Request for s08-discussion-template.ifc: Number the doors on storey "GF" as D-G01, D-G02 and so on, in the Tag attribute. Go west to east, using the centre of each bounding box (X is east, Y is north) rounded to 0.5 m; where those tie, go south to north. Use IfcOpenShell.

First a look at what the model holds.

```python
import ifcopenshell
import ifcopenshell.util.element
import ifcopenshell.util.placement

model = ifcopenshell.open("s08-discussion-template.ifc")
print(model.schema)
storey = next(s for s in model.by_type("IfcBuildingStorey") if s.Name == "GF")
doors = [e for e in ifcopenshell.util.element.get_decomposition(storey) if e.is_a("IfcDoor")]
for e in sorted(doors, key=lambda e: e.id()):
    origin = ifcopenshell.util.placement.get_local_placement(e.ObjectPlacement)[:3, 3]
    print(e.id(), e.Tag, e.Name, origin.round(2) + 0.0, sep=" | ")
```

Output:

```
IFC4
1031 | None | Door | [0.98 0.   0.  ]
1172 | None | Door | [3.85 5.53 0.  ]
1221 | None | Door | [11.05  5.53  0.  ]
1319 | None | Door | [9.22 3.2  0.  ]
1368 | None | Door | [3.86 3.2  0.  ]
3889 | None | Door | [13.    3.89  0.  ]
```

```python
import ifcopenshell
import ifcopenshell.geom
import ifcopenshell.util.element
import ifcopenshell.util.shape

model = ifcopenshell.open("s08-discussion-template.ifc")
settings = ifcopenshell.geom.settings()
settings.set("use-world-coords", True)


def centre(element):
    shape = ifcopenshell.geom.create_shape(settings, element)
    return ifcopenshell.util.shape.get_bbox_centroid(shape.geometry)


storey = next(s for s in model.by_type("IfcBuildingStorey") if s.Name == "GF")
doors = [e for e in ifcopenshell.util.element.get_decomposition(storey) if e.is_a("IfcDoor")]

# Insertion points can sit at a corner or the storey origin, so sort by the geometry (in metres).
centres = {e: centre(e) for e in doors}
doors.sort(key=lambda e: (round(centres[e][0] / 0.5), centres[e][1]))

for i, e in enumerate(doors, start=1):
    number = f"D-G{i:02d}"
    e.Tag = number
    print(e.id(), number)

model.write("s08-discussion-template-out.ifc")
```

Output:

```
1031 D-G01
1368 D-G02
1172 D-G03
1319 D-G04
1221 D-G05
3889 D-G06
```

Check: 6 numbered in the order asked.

■ ■ ■ ■

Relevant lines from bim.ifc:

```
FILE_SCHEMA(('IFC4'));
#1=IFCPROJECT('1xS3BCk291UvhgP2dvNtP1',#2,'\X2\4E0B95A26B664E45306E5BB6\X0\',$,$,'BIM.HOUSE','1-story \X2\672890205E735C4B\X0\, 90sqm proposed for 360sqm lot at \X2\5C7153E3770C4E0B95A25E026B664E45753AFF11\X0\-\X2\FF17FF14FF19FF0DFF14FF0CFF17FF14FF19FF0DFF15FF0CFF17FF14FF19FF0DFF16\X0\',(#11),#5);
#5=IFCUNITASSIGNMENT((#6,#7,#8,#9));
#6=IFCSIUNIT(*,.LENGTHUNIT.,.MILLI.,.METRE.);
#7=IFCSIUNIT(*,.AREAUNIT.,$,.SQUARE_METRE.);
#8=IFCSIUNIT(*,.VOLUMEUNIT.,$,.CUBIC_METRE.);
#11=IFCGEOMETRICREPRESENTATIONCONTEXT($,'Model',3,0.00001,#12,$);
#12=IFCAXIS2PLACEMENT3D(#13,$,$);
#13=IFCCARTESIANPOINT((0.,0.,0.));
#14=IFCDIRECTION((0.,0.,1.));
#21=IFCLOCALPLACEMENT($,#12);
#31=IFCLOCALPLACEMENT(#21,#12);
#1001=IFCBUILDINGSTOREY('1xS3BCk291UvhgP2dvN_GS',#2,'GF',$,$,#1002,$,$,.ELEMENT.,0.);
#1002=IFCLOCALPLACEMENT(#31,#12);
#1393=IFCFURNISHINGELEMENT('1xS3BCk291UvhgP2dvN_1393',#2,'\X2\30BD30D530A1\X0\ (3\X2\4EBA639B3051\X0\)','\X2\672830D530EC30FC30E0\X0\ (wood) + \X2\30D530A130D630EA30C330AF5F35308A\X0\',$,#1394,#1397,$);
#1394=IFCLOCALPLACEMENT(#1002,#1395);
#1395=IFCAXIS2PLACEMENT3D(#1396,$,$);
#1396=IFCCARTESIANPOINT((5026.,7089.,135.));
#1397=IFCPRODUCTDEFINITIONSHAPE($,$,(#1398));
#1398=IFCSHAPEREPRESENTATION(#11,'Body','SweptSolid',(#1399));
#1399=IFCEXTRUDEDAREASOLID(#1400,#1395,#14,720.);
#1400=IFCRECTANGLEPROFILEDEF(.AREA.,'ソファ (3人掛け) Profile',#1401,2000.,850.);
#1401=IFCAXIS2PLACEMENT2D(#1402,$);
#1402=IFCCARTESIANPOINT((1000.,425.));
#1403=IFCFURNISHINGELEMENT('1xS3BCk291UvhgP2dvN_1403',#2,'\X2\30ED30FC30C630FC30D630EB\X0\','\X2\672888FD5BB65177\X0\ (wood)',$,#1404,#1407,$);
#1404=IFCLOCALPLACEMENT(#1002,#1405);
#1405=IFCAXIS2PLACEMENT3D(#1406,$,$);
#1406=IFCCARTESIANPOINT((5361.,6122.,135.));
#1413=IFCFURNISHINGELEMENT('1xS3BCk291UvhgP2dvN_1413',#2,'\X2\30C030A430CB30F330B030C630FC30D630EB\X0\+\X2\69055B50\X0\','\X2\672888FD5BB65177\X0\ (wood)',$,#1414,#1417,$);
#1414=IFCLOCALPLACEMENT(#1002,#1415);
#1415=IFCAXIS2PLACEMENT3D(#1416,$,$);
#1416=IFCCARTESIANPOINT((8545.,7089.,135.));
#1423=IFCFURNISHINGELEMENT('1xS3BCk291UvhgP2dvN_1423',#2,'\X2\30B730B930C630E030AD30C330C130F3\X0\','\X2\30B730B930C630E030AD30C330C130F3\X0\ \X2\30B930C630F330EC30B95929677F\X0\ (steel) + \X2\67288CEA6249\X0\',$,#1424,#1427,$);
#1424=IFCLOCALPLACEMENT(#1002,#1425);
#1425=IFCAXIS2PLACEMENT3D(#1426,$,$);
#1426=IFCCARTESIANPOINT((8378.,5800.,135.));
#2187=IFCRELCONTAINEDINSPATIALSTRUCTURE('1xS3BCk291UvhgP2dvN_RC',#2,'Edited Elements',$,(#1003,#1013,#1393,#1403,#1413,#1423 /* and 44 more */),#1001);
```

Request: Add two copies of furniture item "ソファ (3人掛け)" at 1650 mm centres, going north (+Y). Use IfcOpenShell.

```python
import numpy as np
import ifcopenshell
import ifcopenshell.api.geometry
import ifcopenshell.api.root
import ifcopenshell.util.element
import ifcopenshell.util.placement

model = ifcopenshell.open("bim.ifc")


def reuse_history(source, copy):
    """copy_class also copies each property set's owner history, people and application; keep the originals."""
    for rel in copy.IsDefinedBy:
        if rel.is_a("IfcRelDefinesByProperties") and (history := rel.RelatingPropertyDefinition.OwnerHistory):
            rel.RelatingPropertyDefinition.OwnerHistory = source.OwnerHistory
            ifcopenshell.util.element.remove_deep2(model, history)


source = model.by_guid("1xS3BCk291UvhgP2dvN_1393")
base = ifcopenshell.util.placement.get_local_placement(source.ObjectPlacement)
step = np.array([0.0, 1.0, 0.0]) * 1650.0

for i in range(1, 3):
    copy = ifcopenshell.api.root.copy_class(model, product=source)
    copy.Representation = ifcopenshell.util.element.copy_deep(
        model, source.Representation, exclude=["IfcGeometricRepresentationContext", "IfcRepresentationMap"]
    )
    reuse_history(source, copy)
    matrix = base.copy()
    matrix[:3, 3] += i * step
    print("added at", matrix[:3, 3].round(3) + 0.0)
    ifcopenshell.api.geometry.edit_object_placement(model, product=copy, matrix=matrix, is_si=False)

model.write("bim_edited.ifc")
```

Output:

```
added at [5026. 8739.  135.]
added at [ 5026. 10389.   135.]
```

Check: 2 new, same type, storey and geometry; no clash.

■ ■ ■ ■

Exercise goal
When a line in the material contains the string "IFCCARTESIANPOINT", copy that line.

Completed exercise
#13=IFCCARTESIANPOINT((0.,0.,0.));
#1396=IFCCARTESIANPOINT((5026.,7089.,135.));
#1402=IFCCARTESIANPOINT((1000.,425.));
#1406=IFCCARTESIANPOINT((5361.,6122.,135.));
#1416=IFCCARTESIANPOINT((8545.,7089.,135.));
#1426=IFCCARTESIANPOINT((8378.,5800.,135.));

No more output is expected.